§ Task goal:
Among the lines of data below, reproduce only those from the one with "listing site, 344sqm',#8,$,$,.ELEMENT.,$,$,0.,$,$);" through the one with "#18=IFCINDEXEDPOLYGONALFACE((1,2,4,3));", exactly as they stand, both ends included.

§ Data shown:
···

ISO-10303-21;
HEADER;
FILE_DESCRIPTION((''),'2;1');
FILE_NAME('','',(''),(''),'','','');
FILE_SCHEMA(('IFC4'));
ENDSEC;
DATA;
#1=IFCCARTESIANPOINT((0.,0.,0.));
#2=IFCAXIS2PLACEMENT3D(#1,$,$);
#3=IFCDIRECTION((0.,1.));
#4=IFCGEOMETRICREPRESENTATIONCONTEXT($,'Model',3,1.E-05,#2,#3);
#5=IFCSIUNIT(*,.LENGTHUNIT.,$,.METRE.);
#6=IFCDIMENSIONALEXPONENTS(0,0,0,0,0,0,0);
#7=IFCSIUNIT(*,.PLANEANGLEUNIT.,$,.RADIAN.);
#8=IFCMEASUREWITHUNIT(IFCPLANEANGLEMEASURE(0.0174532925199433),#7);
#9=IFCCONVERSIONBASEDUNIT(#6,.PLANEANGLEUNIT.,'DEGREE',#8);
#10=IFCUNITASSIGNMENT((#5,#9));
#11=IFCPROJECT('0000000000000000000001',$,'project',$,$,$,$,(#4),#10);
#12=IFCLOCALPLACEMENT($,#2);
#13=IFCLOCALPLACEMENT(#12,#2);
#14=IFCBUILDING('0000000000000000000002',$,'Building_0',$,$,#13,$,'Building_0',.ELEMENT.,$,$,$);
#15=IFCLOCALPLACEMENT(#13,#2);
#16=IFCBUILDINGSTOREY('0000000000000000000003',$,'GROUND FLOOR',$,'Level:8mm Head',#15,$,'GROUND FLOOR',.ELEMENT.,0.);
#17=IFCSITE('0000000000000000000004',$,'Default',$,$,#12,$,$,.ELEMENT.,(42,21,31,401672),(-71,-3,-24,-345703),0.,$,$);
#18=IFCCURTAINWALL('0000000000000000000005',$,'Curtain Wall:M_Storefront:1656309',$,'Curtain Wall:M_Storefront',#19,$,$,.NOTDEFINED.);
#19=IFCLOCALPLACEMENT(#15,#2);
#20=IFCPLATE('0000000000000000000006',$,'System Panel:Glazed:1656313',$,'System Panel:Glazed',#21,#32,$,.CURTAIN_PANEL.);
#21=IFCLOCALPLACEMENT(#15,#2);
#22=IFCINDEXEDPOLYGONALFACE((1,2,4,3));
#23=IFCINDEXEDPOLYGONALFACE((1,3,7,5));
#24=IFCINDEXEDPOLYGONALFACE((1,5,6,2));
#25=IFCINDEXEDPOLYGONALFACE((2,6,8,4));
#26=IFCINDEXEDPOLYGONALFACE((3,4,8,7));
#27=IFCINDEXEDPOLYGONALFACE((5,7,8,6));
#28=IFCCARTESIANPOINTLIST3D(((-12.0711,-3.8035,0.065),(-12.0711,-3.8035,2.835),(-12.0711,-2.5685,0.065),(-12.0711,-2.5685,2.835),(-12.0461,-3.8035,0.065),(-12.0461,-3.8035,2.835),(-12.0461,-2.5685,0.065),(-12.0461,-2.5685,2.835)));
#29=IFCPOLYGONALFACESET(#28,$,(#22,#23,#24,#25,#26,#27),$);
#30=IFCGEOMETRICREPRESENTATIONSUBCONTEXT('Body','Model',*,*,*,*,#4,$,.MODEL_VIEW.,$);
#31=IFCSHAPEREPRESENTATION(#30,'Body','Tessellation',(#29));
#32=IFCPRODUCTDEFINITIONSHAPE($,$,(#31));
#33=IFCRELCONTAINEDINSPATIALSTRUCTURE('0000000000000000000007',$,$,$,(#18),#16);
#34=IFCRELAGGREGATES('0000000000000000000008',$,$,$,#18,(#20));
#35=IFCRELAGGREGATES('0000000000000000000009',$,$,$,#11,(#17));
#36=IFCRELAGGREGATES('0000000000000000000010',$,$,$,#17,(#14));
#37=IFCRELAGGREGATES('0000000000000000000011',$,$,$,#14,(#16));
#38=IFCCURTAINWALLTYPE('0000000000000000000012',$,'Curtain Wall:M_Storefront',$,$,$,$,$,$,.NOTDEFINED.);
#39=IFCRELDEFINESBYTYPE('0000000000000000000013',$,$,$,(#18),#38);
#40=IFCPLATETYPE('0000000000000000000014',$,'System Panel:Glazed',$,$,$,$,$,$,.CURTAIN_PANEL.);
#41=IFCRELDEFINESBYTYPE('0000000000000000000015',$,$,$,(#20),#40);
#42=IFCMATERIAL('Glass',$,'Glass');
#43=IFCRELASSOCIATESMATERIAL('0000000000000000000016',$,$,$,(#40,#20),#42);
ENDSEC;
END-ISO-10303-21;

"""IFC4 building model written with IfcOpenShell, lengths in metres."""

from ifc_helpers import new_model, entity, si_unit, converted_unit, direction, frame, origin, place, context, subcontext, project, spatial, indexed_curve, outline, extrude, source, transform, mapped, material, type_object, type_shapes, element, aggregate, save


model = new_model("IFC4")

# Units and contexts
model_context = context("Model", 3, precision=1e-05, world=origin(), true_north=direction((0.0, 1.0)))
body_context = subcontext(model_context, "Body", "Model", "MODEL_VIEW")
ifc_project = project(units=[si_unit("LENGTHUNIT", "METRE"), converted_unit("PLANEANGLEUNIT", "DEGREE", entity("IfcPlaneAngleMeasure", 0.0174532925199433), si_unit("PLANEANGLEUNIT", "RADIAN"), dimensions=[0, 0, 0, 0, 0, 0, 0])], contexts=[model_context])

# Site, building, storey
site_placement = place(None, origin())
site = spatial("IfcSite", under=ifc_project, at=site_placement, Name="Default", CompositionType="ELEMENT", RefLatitude=(42, 21, 31, 401672), RefLongitude=(-71, -3, -24, -345703), RefElevation=0.0)
building_placement = place(site_placement, origin())
building = spatial("IfcBuilding", under=site, at=building_placement, Name="Building_0", LongName="Building_0", CompositionType="ELEMENT")
storey_placement = place(building_placement, origin())
storey = spatial("IfcBuildingStorey", under=building, at=storey_placement, Name="GROUND FLOOR", ObjectType="Level:8mm Head", LongName="GROUND FLOOR", CompositionType="ELEMENT", Elevation=0.0)

# Curtain wall
curtain_wall_type = type_object("IfcCurtainWallType", Name="Curtain Wall:M_Storefront", PredefinedType="NOTDEFINED")
curtain_wall_1_placement = place(storey_placement, origin())
curtain_wall_1 = element("IfcCurtainWall", 1, at=curtain_wall_1_placement, inside=storey, type_object=curtain_wall_type, Name="Curtain Wall:M_Storefront:1656309", ObjectType="Curtain Wall:M_Storefront", PredefinedType="NOTDEFINED")

# Plate
ifc_material_1 = material(Name="Glass", Category="Glass")
plate_type_1 = type_object("IfcPlateType", Name="System Panel:Glazed", PredefinedType="CURTAIN_PANEL", material=ifc_material_1)
shared_shape_1 = source(origin(), body_context, "Body", "SweptSolid", [
    extrude(outline(indexed_curve([(-0.0125, -0.6175), (0.0125, -0.6175), (0.0125, 0.6175), (-0.0125, 0.6175), (-0.0125, -0.6175)], self_intersect=False)), frame((0.0, 0.037, 0.0), z_axis=(0.0, 0.0, 1.0), x_axis=(0.0, 1.0, 0.0)), (0.0, 0.0, 1.0), 2.77),
])
type_shapes(plate_type_1, [shared_shape_1])
plate_1_placement = place(curtain_wall_1_placement, frame((-12.0956, -3.186, 0.065), z_axis=(0.0, 0.0, 1.0), x_axis=(0.0, -1.0, 0.0)))
plate_1 = element("IfcPlate", 2, at=plate_1_placement, type_object=plate_type_1, material=ifc_material_1, Name="System Panel:Glazed:1656313", ObjectType="System Panel:Glazed", PredefinedType="CURTAIN_PANEL", context=body_context, shape_type="MappedRepresentation", body=[
    mapped(shared_shape_1, transform((0.0, 0.0, 0.0), scale=1.0)),
])
aggregate(curtain_wall_1, [plate_1])

save(model, "model.ifc")
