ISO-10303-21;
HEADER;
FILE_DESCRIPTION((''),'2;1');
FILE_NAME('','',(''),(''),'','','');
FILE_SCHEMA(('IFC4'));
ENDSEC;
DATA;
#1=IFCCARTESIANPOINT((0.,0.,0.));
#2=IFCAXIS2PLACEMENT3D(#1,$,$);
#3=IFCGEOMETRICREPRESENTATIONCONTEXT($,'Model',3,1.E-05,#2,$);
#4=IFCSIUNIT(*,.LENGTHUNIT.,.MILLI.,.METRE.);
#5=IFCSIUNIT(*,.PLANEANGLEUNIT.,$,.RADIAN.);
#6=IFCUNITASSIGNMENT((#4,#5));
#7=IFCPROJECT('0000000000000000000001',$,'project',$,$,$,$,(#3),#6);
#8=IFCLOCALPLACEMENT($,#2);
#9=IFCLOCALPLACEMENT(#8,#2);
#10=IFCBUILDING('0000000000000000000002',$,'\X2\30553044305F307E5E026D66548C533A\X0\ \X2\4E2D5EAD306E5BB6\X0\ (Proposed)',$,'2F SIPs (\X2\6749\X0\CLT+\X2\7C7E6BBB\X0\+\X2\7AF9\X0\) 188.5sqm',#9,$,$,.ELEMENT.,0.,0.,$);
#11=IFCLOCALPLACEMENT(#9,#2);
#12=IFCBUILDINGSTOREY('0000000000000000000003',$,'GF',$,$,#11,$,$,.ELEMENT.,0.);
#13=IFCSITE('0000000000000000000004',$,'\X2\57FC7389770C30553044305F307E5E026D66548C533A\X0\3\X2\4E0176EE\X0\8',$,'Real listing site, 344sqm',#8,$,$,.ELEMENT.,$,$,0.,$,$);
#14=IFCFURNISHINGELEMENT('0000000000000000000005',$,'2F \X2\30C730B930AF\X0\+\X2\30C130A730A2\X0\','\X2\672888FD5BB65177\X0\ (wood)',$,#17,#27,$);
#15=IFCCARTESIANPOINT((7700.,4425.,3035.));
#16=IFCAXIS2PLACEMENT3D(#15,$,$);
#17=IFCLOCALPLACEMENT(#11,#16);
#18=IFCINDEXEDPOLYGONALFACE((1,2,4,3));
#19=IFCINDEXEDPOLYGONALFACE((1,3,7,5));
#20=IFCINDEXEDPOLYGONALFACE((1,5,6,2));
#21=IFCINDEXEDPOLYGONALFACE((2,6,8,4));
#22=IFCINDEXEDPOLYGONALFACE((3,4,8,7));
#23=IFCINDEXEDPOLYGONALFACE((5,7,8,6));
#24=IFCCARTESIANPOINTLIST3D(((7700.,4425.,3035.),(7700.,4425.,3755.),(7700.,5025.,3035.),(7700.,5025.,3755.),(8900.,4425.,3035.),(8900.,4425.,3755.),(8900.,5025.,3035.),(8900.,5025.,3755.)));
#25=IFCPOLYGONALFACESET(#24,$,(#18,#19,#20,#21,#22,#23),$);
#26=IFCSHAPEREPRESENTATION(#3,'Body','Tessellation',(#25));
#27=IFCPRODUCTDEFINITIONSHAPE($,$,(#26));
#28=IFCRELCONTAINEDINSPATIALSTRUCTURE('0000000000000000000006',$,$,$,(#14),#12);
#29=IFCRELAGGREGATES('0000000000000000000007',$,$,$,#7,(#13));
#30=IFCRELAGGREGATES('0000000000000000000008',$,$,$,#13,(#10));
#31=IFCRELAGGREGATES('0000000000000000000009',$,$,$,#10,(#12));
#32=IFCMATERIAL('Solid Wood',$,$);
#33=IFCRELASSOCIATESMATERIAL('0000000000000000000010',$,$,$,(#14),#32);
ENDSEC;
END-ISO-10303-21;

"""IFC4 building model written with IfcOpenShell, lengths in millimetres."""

from ifc_helpers import new_model, si_unit, frame, frame_2d, origin, place, context, project, spatial, rectangle, extrude, material, element, save


model = new_model("IFC4")

# Units and contexts
model_context = context("Model", 3, precision=1e-05, world=origin())
ifc_project = project(units=[si_unit("LENGTHUNIT", "METRE", prefix="MILLI"), si_unit("PLANEANGLEUNIT", "RADIAN")], contexts=[model_context])

# Site, building, storey
site_placement = place(None, origin())
site = spatial("IfcSite", under=ifc_project, at=site_placement, Name="埼玉県さいたま市浦和区3丁目8", ObjectType="Real listing site, 344sqm", CompositionType="ELEMENT", RefElevation=0.0)
building_placement = place(site_placement, origin())
building = spatial("IfcBuilding", under=site, at=building_placement, Name="さいたま市浦和区 中庭の家 (Proposed)", ObjectType="2F SIPs (杉CLT+籾殻+竹) 188.5sqm", CompositionType="ELEMENT", ElevationOfRefHeight=0.0, ElevationOfTerrain=0.0)
storey_placement = place(building_placement, origin())
storey = spatial("IfcBuildingStorey", under=building, at=storey_placement, Name="GF", CompositionType="ELEMENT", Elevation=0.0)

# Shared definitions
ifc_material_1 = material(Name="Solid Wood")

# Furnishing element
furnishing_1_placement = place(storey_placement, frame((7700.0, 4425.0, 3035.0)))
element("IfcFurnishingElement", 1, at=furnishing_1_placement, inside=storey, material=ifc_material_1, Name="2F デスク+チェア", Description="木製家具 (wood)", context=model_context, shape_type="SweptSolid", body=[
    extrude(rectangle(XDim=1200.0, YDim=600.0, at=frame_2d((600.0, 300.0))), frame((7700.0, 4425.0, 3035.0)), (0.0, 0.0, 1.0), 720.0),
])

save(model, "model.ifc")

···

§ Answer section:
#13=IFCSITE('0000000000000000000004',$,'\X2\57FC7389770C30553044305F307E5E026D66548C533A\X0\3\X2\4E0176EE\X0\8',$,'Real listing site, 344sqm',#8,$,$,.ELEMENT.,$,$,0.,$,$);
#14=IFCFURNISHINGELEMENT('0000000000000000000005',$,'2F \X2\30C730B930AF\X0\+\X2\30C130A730A2\X0\','\X2\672888FD5BB65177\X0\ (wood)',$,#17,#27,$);
#15=IFCCARTESIANPOINT((7700.,4425.,3035.));
#16=IFCAXIS2PLACEMENT3D(#15,$,$);
#17=IFCLOCALPLACEMENT(#11,#16);
#18=IFCINDEXEDPOLYGONALFACE((1,2,4,3));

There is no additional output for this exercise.